Stored data entries:
####

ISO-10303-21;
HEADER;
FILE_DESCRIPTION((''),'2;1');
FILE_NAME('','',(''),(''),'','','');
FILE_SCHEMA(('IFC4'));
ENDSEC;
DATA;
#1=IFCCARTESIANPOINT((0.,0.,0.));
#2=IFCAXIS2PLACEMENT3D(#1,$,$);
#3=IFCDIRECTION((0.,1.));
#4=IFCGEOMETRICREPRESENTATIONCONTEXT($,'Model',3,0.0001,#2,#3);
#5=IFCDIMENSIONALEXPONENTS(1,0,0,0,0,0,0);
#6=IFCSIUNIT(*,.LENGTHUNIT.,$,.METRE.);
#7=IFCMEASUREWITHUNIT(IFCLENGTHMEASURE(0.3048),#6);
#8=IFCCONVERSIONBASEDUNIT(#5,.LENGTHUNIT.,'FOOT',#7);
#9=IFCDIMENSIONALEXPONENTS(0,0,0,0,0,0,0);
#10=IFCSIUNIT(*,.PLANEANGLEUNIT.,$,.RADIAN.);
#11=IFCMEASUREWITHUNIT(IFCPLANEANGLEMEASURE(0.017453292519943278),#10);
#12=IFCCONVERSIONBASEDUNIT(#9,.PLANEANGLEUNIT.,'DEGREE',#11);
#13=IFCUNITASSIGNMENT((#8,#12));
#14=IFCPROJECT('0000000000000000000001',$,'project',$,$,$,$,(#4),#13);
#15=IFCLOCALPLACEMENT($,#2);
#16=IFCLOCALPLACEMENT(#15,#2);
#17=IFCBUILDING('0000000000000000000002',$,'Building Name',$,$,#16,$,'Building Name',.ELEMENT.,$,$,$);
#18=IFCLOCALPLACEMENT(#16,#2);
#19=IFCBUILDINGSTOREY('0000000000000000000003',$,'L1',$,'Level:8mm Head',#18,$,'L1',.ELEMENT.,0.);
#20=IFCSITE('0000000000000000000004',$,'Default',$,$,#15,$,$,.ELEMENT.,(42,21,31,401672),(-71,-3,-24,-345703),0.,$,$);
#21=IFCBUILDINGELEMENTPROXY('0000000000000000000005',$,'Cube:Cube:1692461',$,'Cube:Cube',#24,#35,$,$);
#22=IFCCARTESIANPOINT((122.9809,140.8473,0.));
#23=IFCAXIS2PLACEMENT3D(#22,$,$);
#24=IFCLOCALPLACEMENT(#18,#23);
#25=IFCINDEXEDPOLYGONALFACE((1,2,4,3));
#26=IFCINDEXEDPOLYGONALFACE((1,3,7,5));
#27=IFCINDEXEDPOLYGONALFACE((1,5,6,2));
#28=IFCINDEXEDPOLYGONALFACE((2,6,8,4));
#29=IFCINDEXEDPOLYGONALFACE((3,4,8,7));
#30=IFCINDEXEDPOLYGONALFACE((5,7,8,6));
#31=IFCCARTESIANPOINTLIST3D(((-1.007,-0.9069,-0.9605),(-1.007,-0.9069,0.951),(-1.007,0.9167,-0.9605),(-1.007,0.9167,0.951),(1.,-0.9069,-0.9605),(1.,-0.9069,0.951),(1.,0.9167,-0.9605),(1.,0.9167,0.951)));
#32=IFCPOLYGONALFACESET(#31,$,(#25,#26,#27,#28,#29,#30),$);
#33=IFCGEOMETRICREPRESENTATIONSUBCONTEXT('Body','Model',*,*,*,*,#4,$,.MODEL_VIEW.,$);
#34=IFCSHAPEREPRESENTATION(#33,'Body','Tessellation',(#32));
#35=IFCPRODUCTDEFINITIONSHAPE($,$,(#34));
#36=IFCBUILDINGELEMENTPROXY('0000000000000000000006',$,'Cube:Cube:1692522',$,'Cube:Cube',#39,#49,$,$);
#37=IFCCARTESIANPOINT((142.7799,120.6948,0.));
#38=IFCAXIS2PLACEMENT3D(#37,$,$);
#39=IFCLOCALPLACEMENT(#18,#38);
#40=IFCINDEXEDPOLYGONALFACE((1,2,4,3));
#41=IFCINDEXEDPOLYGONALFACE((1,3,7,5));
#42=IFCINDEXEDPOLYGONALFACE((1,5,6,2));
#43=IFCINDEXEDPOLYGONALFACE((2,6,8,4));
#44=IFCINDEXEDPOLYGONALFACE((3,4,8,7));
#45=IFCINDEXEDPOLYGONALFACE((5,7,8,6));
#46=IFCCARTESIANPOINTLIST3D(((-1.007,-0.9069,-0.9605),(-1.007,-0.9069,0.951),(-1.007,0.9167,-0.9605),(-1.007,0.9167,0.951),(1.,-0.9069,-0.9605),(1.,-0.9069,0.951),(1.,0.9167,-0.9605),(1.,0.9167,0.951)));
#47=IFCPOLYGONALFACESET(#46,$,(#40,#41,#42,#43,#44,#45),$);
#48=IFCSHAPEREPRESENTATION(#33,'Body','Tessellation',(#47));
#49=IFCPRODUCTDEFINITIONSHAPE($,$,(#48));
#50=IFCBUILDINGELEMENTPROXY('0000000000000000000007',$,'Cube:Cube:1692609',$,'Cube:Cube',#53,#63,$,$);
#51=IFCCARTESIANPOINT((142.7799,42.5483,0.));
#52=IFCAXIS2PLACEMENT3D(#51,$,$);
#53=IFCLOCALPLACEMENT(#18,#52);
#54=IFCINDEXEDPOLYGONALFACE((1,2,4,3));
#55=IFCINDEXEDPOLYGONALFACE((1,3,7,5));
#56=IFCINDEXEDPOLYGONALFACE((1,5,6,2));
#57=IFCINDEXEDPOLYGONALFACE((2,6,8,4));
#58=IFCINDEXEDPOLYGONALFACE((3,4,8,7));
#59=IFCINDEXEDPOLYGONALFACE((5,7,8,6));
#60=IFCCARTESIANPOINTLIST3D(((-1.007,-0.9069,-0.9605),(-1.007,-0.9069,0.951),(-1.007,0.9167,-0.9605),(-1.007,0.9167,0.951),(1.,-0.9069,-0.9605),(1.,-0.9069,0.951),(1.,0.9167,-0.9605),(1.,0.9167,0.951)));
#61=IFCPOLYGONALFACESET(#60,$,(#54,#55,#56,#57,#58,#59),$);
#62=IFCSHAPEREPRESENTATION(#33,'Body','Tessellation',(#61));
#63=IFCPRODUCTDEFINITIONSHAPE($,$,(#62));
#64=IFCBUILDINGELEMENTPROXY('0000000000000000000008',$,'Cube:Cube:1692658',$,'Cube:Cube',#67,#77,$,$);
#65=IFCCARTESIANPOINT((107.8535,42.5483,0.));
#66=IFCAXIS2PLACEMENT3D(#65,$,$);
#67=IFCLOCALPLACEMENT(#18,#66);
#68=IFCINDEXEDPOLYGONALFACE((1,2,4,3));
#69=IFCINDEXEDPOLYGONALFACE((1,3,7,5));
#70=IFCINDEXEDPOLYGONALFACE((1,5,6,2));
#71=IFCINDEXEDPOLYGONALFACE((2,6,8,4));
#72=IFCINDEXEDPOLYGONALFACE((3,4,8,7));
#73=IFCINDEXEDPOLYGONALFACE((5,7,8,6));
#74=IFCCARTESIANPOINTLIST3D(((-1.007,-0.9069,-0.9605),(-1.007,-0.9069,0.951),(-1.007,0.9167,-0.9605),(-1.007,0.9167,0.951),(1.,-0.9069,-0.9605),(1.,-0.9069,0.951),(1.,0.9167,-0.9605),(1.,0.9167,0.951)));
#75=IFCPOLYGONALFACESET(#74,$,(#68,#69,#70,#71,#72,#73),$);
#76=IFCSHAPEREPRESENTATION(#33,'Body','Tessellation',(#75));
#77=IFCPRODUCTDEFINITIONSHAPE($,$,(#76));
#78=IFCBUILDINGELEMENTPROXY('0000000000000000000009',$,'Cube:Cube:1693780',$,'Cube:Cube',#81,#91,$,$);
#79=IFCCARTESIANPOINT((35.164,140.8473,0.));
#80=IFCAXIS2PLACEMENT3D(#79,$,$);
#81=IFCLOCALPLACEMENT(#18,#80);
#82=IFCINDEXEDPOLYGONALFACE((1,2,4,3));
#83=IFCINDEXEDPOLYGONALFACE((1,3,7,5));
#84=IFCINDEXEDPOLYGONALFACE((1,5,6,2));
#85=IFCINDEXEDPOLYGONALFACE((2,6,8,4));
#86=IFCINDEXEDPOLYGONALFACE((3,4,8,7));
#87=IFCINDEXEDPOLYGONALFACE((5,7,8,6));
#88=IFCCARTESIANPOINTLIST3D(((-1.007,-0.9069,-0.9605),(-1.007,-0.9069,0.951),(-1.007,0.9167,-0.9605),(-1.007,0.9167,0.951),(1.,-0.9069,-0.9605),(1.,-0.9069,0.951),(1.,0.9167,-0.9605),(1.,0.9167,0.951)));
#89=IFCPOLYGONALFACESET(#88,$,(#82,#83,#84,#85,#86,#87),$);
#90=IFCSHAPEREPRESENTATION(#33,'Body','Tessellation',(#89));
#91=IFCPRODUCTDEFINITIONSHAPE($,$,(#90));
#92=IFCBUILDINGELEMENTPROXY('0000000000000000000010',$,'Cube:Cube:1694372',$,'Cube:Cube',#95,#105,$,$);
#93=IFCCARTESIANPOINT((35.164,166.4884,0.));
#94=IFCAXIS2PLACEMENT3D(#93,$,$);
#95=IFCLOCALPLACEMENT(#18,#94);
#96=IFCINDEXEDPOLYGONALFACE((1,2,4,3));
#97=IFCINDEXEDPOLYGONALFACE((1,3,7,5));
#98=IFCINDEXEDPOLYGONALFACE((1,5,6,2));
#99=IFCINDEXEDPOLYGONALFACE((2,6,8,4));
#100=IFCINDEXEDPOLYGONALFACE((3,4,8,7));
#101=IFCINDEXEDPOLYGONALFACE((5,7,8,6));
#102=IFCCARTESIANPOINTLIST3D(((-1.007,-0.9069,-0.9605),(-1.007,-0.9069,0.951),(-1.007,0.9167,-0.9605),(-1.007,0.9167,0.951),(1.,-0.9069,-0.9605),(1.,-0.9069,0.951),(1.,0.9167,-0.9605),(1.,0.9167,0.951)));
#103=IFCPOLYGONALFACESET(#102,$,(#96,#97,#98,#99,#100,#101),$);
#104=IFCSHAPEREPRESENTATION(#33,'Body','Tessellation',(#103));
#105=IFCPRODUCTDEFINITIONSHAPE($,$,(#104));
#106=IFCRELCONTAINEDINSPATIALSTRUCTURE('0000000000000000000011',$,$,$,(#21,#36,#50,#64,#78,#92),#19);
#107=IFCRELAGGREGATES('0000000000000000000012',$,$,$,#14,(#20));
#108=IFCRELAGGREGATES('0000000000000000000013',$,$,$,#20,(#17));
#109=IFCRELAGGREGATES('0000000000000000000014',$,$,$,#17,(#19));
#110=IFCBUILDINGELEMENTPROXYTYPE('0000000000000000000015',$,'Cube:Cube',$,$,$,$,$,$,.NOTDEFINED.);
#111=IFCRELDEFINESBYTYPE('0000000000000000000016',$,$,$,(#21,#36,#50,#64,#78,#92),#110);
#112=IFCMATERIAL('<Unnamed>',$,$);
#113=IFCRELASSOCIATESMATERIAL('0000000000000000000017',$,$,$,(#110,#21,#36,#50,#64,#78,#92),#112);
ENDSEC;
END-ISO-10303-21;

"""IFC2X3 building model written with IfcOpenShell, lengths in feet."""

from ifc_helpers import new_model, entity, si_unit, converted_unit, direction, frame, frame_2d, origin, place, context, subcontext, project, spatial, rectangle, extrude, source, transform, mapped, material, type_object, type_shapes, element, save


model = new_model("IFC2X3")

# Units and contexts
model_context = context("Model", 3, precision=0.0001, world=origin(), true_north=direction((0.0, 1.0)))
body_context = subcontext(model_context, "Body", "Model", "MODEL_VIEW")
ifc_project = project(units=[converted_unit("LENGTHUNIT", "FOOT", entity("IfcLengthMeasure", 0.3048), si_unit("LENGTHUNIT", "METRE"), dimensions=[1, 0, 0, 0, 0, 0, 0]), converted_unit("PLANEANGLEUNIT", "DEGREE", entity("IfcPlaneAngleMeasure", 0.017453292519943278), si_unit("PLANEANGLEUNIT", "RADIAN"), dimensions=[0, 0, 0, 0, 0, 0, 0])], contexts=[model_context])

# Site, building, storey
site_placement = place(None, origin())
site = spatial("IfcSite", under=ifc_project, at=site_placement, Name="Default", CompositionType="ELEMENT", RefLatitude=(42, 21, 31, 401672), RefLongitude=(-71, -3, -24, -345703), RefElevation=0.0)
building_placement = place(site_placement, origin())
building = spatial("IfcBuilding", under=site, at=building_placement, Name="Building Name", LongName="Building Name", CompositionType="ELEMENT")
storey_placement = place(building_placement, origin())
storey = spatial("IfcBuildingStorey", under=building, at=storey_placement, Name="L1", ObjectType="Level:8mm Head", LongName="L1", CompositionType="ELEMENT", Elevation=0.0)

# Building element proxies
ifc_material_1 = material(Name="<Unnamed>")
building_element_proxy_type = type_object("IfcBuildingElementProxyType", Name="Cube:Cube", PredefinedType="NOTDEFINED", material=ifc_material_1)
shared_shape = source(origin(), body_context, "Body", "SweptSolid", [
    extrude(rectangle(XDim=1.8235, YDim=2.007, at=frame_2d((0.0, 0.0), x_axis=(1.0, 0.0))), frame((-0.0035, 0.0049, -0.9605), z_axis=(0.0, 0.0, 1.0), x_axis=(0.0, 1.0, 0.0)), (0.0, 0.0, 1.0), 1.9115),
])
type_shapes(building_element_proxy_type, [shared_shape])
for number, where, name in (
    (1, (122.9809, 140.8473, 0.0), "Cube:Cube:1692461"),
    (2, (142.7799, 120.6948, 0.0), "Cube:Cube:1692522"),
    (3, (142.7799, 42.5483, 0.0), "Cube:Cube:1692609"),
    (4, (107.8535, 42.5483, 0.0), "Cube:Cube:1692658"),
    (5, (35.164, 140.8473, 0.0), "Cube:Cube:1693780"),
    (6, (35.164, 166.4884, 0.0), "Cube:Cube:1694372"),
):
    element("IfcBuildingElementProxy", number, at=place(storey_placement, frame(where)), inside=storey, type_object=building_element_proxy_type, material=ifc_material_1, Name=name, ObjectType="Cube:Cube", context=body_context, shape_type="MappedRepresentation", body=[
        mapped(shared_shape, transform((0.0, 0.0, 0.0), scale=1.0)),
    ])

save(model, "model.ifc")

####

Starting with the line with "#32=IFCPOLYGONALFACESET(#31,$,(#25,#26,#27,#28,#29,#30),$);" above and going on through the line with "#69=IFCINDEXEDPOLYGONALFACE((1,3,7,5));", transcribe every line exactly, both ends included, and add nothing.

#32=IFCPOLYGONALFACESET(#31,$,(#25,#26,#27,#28,#29,#30),$);
#33=IFCGEOMETRICREPRESENTATIONSUBCONTEXT('Body','Model',*,*,*,*,#4,$,.MODEL_VIEW.,$);
#34=IFCSHAPEREPRESENTATION(#33,'Body','Tessellation',(#32));
#35=IFCPRODUCTDEFINITIONSHAPE($,$,(#34));
#36=IFCBUILDINGELEMENTPROXY('0000000000000000000006',$,'Cube:Cube:1692522',$,'Cube:Cube',#39,#49,$,$);
#37=IFCCARTESIANPOINT((142.7799,120.6948,0.));
#38=IFCAXIS2PLACEMENT3D(#37,$,$);
#39=IFCLOCALPLACEMENT(#18,#38);
#40=IFCINDEXEDPOLYGONALFACE((1,2,4,3));
#41=IFCINDEXEDPOLYGONALFACE((1,3,7,5));
#42=IFCINDEXEDPOLYGONALFACE((1,5,6,2));
#43=IFCINDEXEDPOLYGONALFACE((2,6,8,4));
#44=IFCINDEXEDPOLYGONALFACE((3,4,8,7));
#45=IFCINDEXEDPOLYGONALFACE((5,7,8,6));
#46=IFCCARTESIANPOINTLIST3D(((-1.007,-0.9069,-0.9605),(-1.007,-0.9069,0.951),(-1.007,0.9167,-0.9605),(-1.007,0.9167,0.951),(1.,-0.9069,-0.9605),(1.,-0.9069,0.951),(1.,0.9167,-0.9605),(1.,0.9167,0.951)));
#47=IFCPOLYGONALFACESET(#46,$,(#40,#41,#42,#43,#44,#45),$);
#48=IFCSHAPEREPRESENTATION(#33,'Body','Tessellation',(#47));
#49=IFCPRODUCTDEFINITIONSHAPE($,$,(#48));
#50=IFCBUILDINGELEMENTPROXY('0000000000000000000007',$,'Cube:Cube:1692609',$,'Cube:Cube',#53,#63,$,$);
#51=IFCCARTESIANPOINT((142.7799,42.5483,0.));
#52=IFCAXIS2PLACEMENT3D(#51,$,$);
#53=IFCLOCALPLACEMENT(#18,#52);
#54=IFCINDEXEDPOLYGONALFACE((1,2,4,3));
#55=IFCINDEXEDPOLYGONALFACE((1,3,7,5));
#56=IFCINDEXEDPOLYGONALFACE((1,5,6,2));
#57=IFCINDEXEDPOLYGONALFACE((2,6,8,4));
#58=IFCINDEXEDPOLYGONALFACE((3,4,8,7));
#59=IFCINDEXEDPOLYGONALFACE((5,7,8,6));
#60=IFCCARTESIANPOINTLIST3D(((-1.007,-0.9069,-0.9605),(-1.007,-0.9069,0.951),(-1.007,0.9167,-0.9605),(-1.007,0.9167,0.951),(1.,-0.9069,-0.9605),(1.,-0.9069,0.951),(1.,0.9167,-0.9605),(1.,0.9167,0.951)));
#61=IFCPOLYGONALFACESET(#60,$,(#54,#55,#56,#57,#58,#59),$);
#62=IFCSHAPEREPRESENTATION(#33,'Body','Tessellation',(#61));
#63=IFCPRODUCTDEFINITIONSHAPE($,$,(#62));
#64=IFCBUILDINGELEMENTPROXY('0000000000000000000008',$,'Cube:Cube:1692658',$,'Cube:Cube',#67,#77,$,$);
#65=IFCCARTESIANPOINT((107.8535,42.5483,0.));
#66=IFCAXIS2PLACEMENT3D(#65,$,$);
#67=IFCLOCALPLACEMENT(#18,#66);
#68=IFCINDEXEDPOLYGONALFACE((1,2,4,3));
#69=IFCINDEXEDPOLYGONALFACE((1,3,7,5));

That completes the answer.